Because only GPI18 could rescue the growth defects of pga1-1 mutant cells, but other genes encoding GPI-MTs could not, the specific association between PGA1 and GPI18 was indicated. Therefore, we investigated the interaction of the two proteins in yeast cells. For this purpose, PGA1-6myc and GFP-GPI18 on low-copy plasmids were expressed in Δpga1 cells. The fluorescent imaging using GFP-tagged Gpi18 and Pga1-6myc indicated that both proteins mainly localized to the ER, and the merged images indicated that the two proteins were in the same compartments in the ER (Figure 7A). GFP-Gpi18 was mainly recovered in the P10 fraction by subcellular fractionation (Figure 7B), and it was only solubilized by Triton X-100 by our solubilization test (Figure 7C), which indicates that Gpi18 is an integral ER membrane protein. To examine whether there is a physical protein–protein interaction between Gpi18 and Pga1, we conducted immunoprecipitation experiments. The membranes in the cell lysate were solubilized by the addition of 1% Triton X-100, and Pga1-6myc was precipitated using the anti-myc mAb from the cleared lysate. The GFP-tagged Gpi18 was clearly detected in the precipitate fraction by immunoblotting (Figure 7D).
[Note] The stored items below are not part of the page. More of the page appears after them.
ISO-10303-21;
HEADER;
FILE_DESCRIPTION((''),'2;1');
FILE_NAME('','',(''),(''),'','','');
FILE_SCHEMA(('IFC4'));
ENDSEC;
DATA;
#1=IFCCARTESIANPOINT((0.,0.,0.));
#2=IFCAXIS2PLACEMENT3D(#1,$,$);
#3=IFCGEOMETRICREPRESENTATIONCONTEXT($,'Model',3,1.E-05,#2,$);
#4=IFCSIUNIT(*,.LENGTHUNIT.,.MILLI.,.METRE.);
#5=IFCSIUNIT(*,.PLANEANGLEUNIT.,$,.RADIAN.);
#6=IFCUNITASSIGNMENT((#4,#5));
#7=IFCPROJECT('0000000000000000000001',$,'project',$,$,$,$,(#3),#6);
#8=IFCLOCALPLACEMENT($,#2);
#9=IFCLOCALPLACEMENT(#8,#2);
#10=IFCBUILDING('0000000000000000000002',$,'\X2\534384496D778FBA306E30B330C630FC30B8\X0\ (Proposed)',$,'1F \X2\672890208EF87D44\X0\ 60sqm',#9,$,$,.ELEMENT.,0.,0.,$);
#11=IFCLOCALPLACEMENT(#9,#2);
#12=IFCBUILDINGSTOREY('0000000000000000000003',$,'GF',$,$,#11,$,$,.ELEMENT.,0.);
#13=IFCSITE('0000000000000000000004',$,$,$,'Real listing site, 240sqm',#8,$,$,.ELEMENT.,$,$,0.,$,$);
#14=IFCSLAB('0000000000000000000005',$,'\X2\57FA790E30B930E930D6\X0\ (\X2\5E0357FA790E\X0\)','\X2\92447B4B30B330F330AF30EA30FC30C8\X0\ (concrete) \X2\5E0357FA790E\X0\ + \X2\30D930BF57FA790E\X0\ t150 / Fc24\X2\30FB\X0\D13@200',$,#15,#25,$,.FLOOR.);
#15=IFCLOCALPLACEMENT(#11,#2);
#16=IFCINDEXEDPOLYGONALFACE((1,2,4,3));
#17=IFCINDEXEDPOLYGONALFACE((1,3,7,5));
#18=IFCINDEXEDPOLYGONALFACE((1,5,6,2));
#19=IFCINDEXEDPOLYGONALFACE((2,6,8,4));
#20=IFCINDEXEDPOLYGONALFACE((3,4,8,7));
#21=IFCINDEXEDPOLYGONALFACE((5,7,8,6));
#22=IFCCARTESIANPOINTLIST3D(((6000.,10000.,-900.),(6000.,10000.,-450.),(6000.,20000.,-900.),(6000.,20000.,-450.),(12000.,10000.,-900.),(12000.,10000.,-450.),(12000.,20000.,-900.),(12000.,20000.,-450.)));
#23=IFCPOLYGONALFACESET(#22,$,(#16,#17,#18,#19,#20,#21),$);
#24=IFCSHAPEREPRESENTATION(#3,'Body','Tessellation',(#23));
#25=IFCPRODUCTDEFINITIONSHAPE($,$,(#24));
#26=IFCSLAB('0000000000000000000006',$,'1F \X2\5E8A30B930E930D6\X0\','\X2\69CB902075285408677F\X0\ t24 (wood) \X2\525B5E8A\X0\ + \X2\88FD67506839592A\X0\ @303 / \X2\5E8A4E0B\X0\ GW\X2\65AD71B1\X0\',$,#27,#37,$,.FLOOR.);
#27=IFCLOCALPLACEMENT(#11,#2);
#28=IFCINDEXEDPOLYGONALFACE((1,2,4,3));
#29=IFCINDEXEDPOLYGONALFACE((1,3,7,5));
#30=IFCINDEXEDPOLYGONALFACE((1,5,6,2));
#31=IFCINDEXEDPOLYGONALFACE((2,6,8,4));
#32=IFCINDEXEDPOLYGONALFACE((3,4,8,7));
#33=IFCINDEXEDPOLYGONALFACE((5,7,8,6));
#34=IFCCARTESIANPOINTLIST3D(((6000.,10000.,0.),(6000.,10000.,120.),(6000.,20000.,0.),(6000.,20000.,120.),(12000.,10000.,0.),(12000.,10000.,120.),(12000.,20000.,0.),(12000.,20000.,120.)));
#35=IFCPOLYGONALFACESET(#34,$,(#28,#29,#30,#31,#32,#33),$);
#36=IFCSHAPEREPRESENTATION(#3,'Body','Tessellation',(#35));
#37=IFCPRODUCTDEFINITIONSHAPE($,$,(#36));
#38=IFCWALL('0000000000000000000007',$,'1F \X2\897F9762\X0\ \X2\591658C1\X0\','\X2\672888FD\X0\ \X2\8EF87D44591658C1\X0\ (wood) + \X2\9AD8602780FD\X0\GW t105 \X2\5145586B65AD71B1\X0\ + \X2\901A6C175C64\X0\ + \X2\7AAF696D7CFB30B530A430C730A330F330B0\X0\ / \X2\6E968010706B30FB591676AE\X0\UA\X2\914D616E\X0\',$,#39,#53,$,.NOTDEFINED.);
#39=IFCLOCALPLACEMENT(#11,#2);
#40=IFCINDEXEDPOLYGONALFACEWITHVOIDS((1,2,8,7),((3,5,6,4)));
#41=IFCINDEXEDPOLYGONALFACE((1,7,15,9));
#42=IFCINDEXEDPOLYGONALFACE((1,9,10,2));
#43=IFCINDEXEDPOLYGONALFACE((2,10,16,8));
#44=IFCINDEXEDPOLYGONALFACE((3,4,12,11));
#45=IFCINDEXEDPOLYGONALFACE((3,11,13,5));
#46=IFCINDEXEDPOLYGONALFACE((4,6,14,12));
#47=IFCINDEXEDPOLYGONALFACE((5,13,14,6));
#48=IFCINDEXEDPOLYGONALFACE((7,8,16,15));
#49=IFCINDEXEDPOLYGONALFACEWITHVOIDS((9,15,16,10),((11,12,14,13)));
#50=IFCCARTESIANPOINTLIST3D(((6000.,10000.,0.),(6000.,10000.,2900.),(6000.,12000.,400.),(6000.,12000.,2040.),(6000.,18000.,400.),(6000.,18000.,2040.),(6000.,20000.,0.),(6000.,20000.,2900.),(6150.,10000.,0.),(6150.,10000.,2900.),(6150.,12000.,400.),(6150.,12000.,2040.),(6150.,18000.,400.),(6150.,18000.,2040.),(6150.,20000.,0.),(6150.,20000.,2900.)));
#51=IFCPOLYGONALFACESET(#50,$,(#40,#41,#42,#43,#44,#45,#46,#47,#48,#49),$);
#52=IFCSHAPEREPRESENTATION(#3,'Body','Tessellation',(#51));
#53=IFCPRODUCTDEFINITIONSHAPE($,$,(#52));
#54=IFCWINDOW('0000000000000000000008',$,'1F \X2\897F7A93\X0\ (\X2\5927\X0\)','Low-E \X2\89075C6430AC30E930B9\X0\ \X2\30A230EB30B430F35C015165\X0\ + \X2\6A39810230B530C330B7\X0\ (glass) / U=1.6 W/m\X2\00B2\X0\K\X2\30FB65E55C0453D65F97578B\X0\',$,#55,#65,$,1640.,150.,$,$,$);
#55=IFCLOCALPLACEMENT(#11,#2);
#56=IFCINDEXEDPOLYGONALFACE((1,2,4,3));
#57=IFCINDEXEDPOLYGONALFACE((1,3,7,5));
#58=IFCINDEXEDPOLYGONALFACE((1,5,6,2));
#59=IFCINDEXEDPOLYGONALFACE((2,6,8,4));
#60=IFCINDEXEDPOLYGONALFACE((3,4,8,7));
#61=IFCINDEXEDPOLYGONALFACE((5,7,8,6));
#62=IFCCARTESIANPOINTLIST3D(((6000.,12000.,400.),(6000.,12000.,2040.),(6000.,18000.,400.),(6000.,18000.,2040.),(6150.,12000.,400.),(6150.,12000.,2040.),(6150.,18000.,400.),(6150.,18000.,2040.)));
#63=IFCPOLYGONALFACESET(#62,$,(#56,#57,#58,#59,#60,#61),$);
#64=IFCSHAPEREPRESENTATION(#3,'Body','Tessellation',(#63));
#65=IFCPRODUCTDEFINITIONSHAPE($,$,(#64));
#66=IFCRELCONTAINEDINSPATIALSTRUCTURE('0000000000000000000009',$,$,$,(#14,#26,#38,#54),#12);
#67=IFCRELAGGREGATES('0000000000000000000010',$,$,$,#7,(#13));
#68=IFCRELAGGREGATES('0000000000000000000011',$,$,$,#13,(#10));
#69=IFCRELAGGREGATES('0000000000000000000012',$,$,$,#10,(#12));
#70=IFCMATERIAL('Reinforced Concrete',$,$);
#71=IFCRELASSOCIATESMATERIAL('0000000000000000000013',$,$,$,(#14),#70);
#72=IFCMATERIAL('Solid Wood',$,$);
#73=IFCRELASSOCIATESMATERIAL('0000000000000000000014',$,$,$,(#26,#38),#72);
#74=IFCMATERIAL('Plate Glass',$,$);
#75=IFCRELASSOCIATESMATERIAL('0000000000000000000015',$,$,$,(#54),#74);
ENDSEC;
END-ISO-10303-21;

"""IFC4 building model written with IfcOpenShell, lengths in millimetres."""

from ifc_helpers import new_model, si_unit, frame, frame_2d, origin, place, context, project, spatial, rectangle, extrude, material, element, fill, save


model = new_model("IFC4")

# Units and contexts
model_context = context("Model", 3, precision=1e-05, world=origin())
ifc_project = project(units=[si_unit("LENGTHUNIT", "METRE", prefix="MILLI"), si_unit("PLANEANGLEUNIT", "RADIAN")], contexts=[model_context])

# Site, building, storey
site_placement = place(None, origin())
site = spatial("IfcSite", under=ifc_project, at=site_placement, ObjectType="Real listing site, 240sqm", CompositionType="ELEMENT", RefElevation=0.0)
building_placement = place(site_placement, origin())
building = spatial("IfcBuilding", under=site, at=building_placement, Name="千葉海辺のコテージ (Proposed)", ObjectType="1F 木造軸組 60sqm", CompositionType="ELEMENT", ElevationOfRefHeight=0.0, ElevationOfTerrain=0.0)
storey_placement = place(building_placement, origin())
storey = spatial("IfcBuildingStorey", under=building, at=storey_placement, Name="GF", CompositionType="ELEMENT", Elevation=0.0)

# Slabs
ifc_material_1 = material(Name="Reinforced Concrete")
slab_1_placement = place(storey_placement, frame((3000.0, 5000.0, -450.0)))
element("IfcSlab", 1, at=slab_1_placement, inside=storey, material=ifc_material_1, Name="基礎スラブ (布基礎)", Description="鉄筋コンクリート (concrete) 布基礎 + ベタ基礎 t150 / Fc24・D13@200", PredefinedType="FLOOR", context=model_context, shape_type="SweptSolid", body=[
    extrude(rectangle(XDim=6000.0, YDim=10000.0, at=frame_2d((3000.0, 5000.0))), frame((3000.0, 5000.0, -450.0)), (0.0, 0.0, 1.0), 450.0),
])
ifc_material_2 = material(Name="Solid Wood")
slab_2_placement = place(storey_placement, frame((3000.0, 5000.0, 0.0)))
element("IfcSlab", 2, at=slab_2_placement, inside=storey, material=ifc_material_2, Name="1F 床スラブ", Description="構造用合板 t24 (wood) 剛床 + 製材根太 @303 / 床下 GW断熱", PredefinedType="FLOOR", context=model_context, shape_type="SweptSolid", body=[
    extrude(rectangle(XDim=6000.0, YDim=10000.0, at=frame_2d((3000.0, 5000.0))), frame((3000.0, 5000.0, 0.0)), (0.0, 0.0, 1.0), 120.0),
])

# Shared definitions
ifc_material_3 = material(Name="Plate Glass")

# Wall, opening, window
wall_1_placement = place(storey_placement, frame((3000.0, 5000.0, 0.0)))
wall_1 = element("IfcWall", 3, at=wall_1_placement, inside=storey, material=ifc_material_2, Name="1F 西面 外壁", Description="木製 軸組外壁 (wood) + 高性能GW t105 充填断熱 + 通気層 + 窯業系サイディング / 準耐火・外皮UA配慮", PredefinedType="NOTDEFINED", context=model_context, shape_type="SweptSolid", body=[
    extrude(rectangle(XDim=150.0, YDim=10000.0, at=frame_2d((75.0, 5000.0))), frame((3000.0, 5000.0, 0.0)), (0.0, 0.0, 1.0), 2900.0),
])
opening_1_placement = place(storey_placement, frame((3000.0, 6000.0, 200.0)))
opening_1 = element("IfcOpeningElement", 4, at=opening_1_placement, cuts=wall_1, PredefinedType="NOTDEFINED", context=model_context, shape_type="SweptSolid", body=[
    extrude(rectangle(XDim=150.0, YDim=6000.0, at=frame_2d((75.0, 3000.0))), frame((3000.0, 6000.0, 200.0)), (0.0, 0.0, 1.0), 1640.0),
])
window_1_placement = place(storey_placement, frame((3000.0, 6000.0, 200.0)))
window_1 = element("IfcWindow", 5, at=window_1_placement, inside=storey, material=ifc_material_3, Name="1F 西窓 (大)", Description="Low-E 複層ガラス アルゴン封入 + 樹脂サッシ (glass) / U=1.6 W/m²K・日射取得型", OverallHeight=1640.0, OverallWidth=150.0, context=model_context, shape_type="SweptSolid", body=[
    extrude(rectangle(XDim=150.0, YDim=6000.0, at=frame_2d((75.0, 3000.0))), frame((3000.0, 6000.0, 200.0)), (0.0, 0.0, 1.0), 1640.0),
])
fill(opening_1, window_1)

save(model, "model.ifc")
Therefore, Gpi18 and Pga1 not only colocalized in the ER but also had a physical interaction in vivo.

Figure 7.

Pga1 and Gpi18 proteins colocalized in the ER and were found in a complex in the Triton X-100–solubilized lysate. (A) The fluorescent image of GFP-Gpi18 and the indirect immunofluorescent staining image of Pga1-6myc were overlapping (merge). (B) Subcellular fractionation of GFP-Gpi18 was performed as described in Figure 2B. (C) Solubilization test of GFP-Gpi18 was performed as in Figure 2C. (D) The cleared lysate of the cells having either Pga1-6myc or untagged Pga1 in addition to GFP-Gpi18 was subjected to immunoprecipitation using anti-myc mAb, and GFP-Gpi18 and Pga1-6myc were detected by SDS-PAGE and Western blotting.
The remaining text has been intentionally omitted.